Il Cortile sul “Fine Vita”: Malati terminali, una sofferenza da accompagnare (Stefania Careddu – Avvenire – 24/05/2014)

Quando si parla di sofferenza, proporzionalità delle cure ed ultima fase dell’esistenza il dibattito si accende e i toni si alzano. L’incontro del Cortile dei Gentili su “I confini dei territori alla fine della vita”, ieri a Montecitorio, è stato invece un esercizio di ascolto “nel rispetto delle convinzioni e delle appartenenze” per entrare “nell’arcano dell’uomo”, come ha sottolineato padre Laurent Mazas, direttore esecutivo dell’iniziativa promossa dal Pontificio Consiglio della cultura per favorire il dialogo tra i credenti e non credenti.

“In una società in cui la morte è fortemente medicalizzata e si fa fatica a parlare del limite”, è fondamentale recuperare la dimensione della relazione, “la cui caratteristica principale è la responsabilità verso l’altro”, ha sottolineato Alberto Giannini, responsabile di Terapia intensiva pediatrica al Policlinico di Milano.

Sull’importanza della relazione, “di fronte a una tecnologizzazione del morire che fa paura”, è intervenuta anche Laura Palazzani, docente di Filosofia del Diritto alla Lumsa di Roma, che si è soffermata anche sui criteri (“inefficacia, gravosità e costo”) che aiutano a definire sproporzionata una cura.

Per Luciano Orsi, direttore del Dipartimento di cure palliative dell’Ospedale Poma di Mantova, “l’alternativa non è tra fare tutto e non fare niente perché si può fare altro, accompagnando il paziente verso una fine dignitosa”, mentre per Paolo Zatti, docente di Diritto privato, “dobbiamo sostenere lo sforzo della medicina a ritrovare il senso della misura, in un logos profondo di proporzione”.

“Qualità della vita e dignità sono fondamentali, ma se non c’è libertà sono parole vuote”, ha osservato da parte sua il filosofo Giulio Giorello.

“Nella nostra realtà non vedo né tanta pressione perché la morte diventi una decisione, né medici che usano mezzi sproporzionati, ma piuttosto solitudine e necessità di accompagnare la sofferenza del malato e dell’operatore sanitario”, ha rilevato monsignor Andrea Manto, docente di Teologia morale all’Università Lateranense, per il quale “il tema che ci sfida è quello della cultura della vita”.

“Il diritto a morire non appartiene alla tradizione europea.
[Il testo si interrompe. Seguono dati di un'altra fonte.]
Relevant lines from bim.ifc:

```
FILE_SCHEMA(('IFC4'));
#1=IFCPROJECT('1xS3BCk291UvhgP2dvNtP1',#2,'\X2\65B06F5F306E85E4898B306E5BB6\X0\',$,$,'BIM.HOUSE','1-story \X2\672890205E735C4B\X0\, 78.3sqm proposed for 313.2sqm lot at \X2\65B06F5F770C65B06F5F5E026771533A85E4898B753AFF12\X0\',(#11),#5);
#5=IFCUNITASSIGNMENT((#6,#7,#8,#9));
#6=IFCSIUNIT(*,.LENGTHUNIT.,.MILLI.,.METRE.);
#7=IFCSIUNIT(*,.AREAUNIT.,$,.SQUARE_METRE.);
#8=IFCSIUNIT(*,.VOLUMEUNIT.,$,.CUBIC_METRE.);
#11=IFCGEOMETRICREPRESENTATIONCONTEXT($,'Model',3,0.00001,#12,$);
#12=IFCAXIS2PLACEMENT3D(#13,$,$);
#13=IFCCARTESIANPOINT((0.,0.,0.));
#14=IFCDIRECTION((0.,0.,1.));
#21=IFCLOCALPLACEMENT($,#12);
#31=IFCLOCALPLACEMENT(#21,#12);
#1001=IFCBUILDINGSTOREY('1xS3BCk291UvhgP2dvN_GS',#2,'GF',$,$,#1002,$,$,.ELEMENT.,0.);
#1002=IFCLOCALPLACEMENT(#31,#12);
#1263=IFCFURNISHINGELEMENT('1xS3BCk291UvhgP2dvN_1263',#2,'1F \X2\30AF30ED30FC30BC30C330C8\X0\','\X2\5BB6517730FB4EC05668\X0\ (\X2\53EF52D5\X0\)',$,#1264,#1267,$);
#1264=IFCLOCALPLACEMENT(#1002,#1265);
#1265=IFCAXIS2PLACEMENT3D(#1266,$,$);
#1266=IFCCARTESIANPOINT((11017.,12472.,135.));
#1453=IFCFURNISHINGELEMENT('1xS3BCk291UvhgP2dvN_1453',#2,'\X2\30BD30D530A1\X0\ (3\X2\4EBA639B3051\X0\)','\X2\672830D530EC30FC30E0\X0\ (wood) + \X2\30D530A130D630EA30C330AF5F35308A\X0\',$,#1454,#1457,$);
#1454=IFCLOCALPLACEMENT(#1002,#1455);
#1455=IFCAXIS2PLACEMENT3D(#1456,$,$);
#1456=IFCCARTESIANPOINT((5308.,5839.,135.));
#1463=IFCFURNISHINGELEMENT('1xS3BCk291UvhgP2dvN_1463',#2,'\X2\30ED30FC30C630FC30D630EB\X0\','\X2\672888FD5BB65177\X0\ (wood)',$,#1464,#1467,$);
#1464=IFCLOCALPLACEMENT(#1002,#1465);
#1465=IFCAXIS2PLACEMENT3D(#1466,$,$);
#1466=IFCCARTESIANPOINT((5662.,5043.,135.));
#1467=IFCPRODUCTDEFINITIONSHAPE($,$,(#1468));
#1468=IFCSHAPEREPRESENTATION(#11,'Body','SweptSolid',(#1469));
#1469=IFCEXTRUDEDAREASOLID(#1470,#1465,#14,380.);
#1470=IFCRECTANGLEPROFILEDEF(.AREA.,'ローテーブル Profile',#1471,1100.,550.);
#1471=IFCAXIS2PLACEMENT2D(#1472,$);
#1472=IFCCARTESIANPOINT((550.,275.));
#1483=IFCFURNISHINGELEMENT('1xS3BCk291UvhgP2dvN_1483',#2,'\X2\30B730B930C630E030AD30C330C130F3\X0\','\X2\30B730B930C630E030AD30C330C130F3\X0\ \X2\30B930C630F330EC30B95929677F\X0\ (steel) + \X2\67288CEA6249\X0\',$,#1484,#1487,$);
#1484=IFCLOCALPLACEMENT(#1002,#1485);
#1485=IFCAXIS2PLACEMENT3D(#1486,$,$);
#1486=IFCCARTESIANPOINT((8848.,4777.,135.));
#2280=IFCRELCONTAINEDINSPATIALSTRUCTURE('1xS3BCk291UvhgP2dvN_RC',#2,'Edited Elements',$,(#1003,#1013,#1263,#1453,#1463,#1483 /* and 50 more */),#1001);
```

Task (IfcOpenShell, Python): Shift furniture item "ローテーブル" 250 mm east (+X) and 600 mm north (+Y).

```python
import ifcopenshell
import ifcopenshell.api.geometry
import ifcopenshell.util.placement
import ifcopenshell.util.unit

model = ifcopenshell.open("bim.ifc")
unit_scale = ifcopenshell.util.unit.calculate_unit_scale(model)

item = model.by_id(1463)
matrix = ifcopenshell.util.placement.get_local_placement(item.ObjectPlacement)
matrix[0, 3] += 0.25 / unit_scale
matrix[1, 3] += 0.6 / unit_scale
ifcopenshell.api.geometry.edit_object_placement(model, product=item, matrix=matrix, is_si=False)

print(ifcopenshell.util.placement.get_local_placement(item.ObjectPlacement).round(3) + 0.0)

model.write("bim_updated.ifc")
```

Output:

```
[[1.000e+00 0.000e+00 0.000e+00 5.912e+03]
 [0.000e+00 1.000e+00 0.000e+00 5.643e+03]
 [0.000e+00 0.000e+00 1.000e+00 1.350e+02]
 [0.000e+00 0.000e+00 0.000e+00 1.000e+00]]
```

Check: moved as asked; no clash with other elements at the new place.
Il suicidio è un atto disperato : perché nobilitarlo come gesto di libertà?”, si è domandato Francesco Paolo Casavola, presidente del Comitato nazionale per la bioetica, che ha tirato le conclusioni del dibattito organizzato con la Società italiana di anestesia, analgesia, rianimazione e terapia intensiva, presieduta da Massimo Antonelli e la Fondazione “Cortile dei Gentili” guidata da Giuliano Amato.